Many companies lack an organized way to manage their large pool of content marketing assets, which can sometimes result in valuable content being lost in a ‘content void.’
For example, you may have sales enablement assets that a new salesperson never discovers, but could have helped them advance or close a sales opportunity.
Salespeople sometimes ‘reinvent the wheel’ by making a new presentation or document when one already exists.
Additionally, with the right system in place, marketers can plan new content more effectively, update existing content more quickly, and distribute it across various channels.
MAM vs. DAM
From our content marketing and SEO perspective, a marketing asset management (MAM) system serves as a central repository for all content marketing assets that have a URL. The MAM system makes these assets easily accessible to users within an organization, enabling content marketers to manage them effectively.
This differs from a digital asset management system (DAM), which also serves as a storage repository for media, such as images and videos. Records in a MAM can have URLs that reference stored media assets.
Marketing Asset Types
By ‘marketing asset,’ we mean any content that took time and/or money to create—all of the following asset types qualify. You may think of others.
Asset Type | Description |
---|---|
Blog Post | This one is self-explanatory |
Standard Page | Your website’s homepage, product & service pages, about, contact, testimonials, etc. |
Landing Page | A page with the primary goal of visitor conversion |
Gated PDF | The gated content behind landing pages |
Microsite | A sales room type site on a platform like OneMob |
Case Study | A customer case study PDF |
Tool | A free tool offered to your visitors, such as a calculator |
Video | A video on any platform, including YouTube, Vimeo, Wistia, and Vidyard |
Audio | A podcast episode player link (Apple Podcasts, Spotify) or a SoundCloud link |
Map | A Google My Map or an ArcGIS Online type map |
LinkedIn Pulse Article | A long-form post on LinkedIn |
Link-in-bio | A link-in-bio on a platform like Gravatar, Linktr.ee, or Bit.ly |
Investopedia defines an asset as “a resource with economic value that an individual, a company, or a country owns or controls with the expectation that it will provide a future benefit.”
A marketing asset is conceptually similar to a physical business asset. You spent money to create or acquire it, expecting it to produce or contribute toward a financial return.
Here are five ways to manage your valuable content marketing assets.

A spreadsheet
Using a spreadsheet as an asset management tool is often the most straightforward approach. Creating and sharing a spreadsheet with as many users as needed incurs no incremental cost.
However, for many of the same reasons that spreadsheets have limitations for functions like CRM and accounting, a spreadsheet is not the ideal management tool.
There is no global search or relational database capability, and user edits are not audited. Records (rows) can be accidentally deleted.
A collaboration and task management app (like ClickUp)
In an app like ClickUp, you can manage your marketing assets by creating a folder called ‘Content’ or ‘Marketing Assets,’ a list for each type of asset, and assets as tasks within each list.
ClickUp allows custom fields and statuses to be added on a list level.

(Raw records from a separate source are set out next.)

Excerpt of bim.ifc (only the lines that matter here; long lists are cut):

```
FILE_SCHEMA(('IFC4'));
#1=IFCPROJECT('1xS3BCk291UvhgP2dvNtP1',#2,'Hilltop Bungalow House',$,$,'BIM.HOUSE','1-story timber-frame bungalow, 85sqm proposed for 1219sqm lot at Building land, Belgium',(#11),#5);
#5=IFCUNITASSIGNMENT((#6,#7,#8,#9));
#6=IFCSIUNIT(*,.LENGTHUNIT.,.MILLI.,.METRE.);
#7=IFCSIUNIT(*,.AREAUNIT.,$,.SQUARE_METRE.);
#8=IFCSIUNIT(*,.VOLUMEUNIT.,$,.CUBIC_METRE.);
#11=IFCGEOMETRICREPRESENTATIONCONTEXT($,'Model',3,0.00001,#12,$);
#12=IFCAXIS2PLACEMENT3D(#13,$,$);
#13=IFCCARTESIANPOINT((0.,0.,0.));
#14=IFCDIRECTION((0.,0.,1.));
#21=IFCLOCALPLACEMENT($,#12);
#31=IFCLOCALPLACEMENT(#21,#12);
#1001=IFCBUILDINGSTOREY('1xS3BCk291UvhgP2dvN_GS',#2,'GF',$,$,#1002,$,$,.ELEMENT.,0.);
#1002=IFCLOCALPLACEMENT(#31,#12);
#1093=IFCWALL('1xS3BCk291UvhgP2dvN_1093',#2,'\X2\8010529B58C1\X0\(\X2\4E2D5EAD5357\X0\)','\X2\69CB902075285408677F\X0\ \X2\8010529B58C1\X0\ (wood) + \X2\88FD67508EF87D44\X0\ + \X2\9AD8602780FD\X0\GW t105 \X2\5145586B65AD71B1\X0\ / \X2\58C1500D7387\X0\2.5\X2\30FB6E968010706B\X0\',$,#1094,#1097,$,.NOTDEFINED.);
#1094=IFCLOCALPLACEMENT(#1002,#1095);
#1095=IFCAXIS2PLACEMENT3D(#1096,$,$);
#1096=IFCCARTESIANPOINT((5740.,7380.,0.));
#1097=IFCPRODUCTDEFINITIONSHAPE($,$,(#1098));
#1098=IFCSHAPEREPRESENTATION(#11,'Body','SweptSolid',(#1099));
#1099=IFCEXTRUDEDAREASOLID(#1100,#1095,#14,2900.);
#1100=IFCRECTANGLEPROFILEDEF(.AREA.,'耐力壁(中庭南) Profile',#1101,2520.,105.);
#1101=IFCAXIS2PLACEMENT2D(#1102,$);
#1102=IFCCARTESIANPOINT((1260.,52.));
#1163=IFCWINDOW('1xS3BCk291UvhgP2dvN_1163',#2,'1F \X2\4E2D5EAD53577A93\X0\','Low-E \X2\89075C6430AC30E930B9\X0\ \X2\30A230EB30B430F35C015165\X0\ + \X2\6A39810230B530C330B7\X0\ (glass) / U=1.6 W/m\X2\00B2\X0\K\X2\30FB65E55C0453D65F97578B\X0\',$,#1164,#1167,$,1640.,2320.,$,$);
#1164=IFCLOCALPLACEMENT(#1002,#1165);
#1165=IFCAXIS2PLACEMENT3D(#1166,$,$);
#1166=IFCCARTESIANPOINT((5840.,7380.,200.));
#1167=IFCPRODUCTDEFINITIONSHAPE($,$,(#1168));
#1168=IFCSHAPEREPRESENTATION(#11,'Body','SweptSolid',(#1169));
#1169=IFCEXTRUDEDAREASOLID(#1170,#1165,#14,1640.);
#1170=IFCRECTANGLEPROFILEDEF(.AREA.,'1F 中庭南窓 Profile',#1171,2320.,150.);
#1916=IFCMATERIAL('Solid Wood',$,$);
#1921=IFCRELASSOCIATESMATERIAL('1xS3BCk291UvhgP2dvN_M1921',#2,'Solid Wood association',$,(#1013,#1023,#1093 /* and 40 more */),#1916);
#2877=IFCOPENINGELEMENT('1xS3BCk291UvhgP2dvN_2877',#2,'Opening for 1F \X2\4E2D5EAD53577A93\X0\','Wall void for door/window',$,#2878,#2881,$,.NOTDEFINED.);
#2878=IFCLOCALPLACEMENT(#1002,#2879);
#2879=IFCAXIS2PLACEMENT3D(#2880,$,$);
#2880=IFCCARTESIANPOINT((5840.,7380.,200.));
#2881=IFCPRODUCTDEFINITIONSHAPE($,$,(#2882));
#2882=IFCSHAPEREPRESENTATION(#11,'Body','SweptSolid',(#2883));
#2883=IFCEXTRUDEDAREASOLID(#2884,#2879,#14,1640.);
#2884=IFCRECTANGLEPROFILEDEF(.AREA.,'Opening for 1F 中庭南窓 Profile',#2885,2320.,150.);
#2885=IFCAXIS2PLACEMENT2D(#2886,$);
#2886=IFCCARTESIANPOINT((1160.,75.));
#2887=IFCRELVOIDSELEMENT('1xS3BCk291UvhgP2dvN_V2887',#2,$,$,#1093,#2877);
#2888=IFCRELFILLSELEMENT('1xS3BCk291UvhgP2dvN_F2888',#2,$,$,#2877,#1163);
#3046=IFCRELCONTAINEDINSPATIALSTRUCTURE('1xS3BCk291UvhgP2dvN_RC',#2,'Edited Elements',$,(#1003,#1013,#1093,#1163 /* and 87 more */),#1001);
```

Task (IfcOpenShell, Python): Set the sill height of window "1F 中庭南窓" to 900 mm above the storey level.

```python
import numpy as np
import ifcopenshell
import ifcopenshell.api.geometry
import ifcopenshell.geom
import ifcopenshell.util.element
import ifcopenshell.util.placement
import ifcopenshell.util.shape
import ifcopenshell.util.unit

model = ifcopenshell.open("bim.ifc")
unit_scale = ifcopenshell.util.unit.calculate_unit_scale(model)

window = model.by_guid("1xS3BCk291UvhgP2dvN_1163")
opening = window.FillsVoids[0].RelatingOpeningElement
storey = ifcopenshell.util.element.get_container(window, ifc_class="IfcBuildingStorey")
level = ifcopenshell.util.placement.get_local_placement(storey.ObjectPlacement)[2, 3]

# The opening's origin need not be at the sill, so measure its lowest point.
shape = ifcopenshell.geom.create_shape(ifcopenshell.geom.settings(), opening)
bottom = ifcopenshell.util.shape.get_shape_bottom_elevation(shape, shape.geometry) / unit_scale
dz = level + 900.0 - bottom

shift = np.array([0.0, 0.0, dz])
# The window is not placed relative to its opening, so move both.
for product in (opening, window):
    matrix = ifcopenshell.util.placement.get_local_placement(product.ObjectPlacement)
    matrix[:3, 3] += shift
    ifcopenshell.api.geometry.edit_object_placement(model, product=product, matrix=matrix, is_si=False)

print(f"moved by {dz * unit_scale:+.3f} m")

model.write("bim-out.ifc")
```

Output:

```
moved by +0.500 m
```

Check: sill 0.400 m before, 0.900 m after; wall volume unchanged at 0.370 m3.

For small teams, ClickUp is reasonably priced.
Custom objects and page layouts in a CRM system
Internally, we built a marketing asset management system inside our CRM using custom tables and fields.
With the power of a database, this form of MAM can relate clients to content and content to links, personas, and keywords.
A global search makes finding assets simple for users.
Here is part of the schema we created.

Here is a list view, sorted by the most recent edit to the record in CRM.

The disadvantage of using a CRM system is that some team members who need access to marketing asset information may not be licensed CRM users, and user licensing for a highly configurable CRM platform is relatively expensive.
A SaaS brand management app you subscribe to
Paid apps for managing assets are available. These tend to be enterprise-oriented DAMs and brand management systems, such as Smartsheet’s Brandfolder.
This type of app goes far beyond essential marketing asset management.
Brandfolder’s features include Adobe Creative Cloud integration for seamless asset editing, AI-driven tagging and analytics for enhanced asset discoverability, customizable branding options, and user management to streamline workflows across teams.
A MAM app you build with AI tools
Anyone can build an app using a prompt-driven full-stack AI development tool like StackBlitz’s Bolt.new, Netlify for app hosting, and Supabase as the back-end database.
We began developing a marketing asset management system using this stack, based on the design we created in CRM.

The advantage of this approach is that subscription costs include as many users as you want.
At the time of publication, the Pro versions for these three apps cost a total of $62 per month.
Whether you use a free spreadsheet or buy or build a marketing asset management system, this tool will save staff members a significant amount of time and can increase revenue.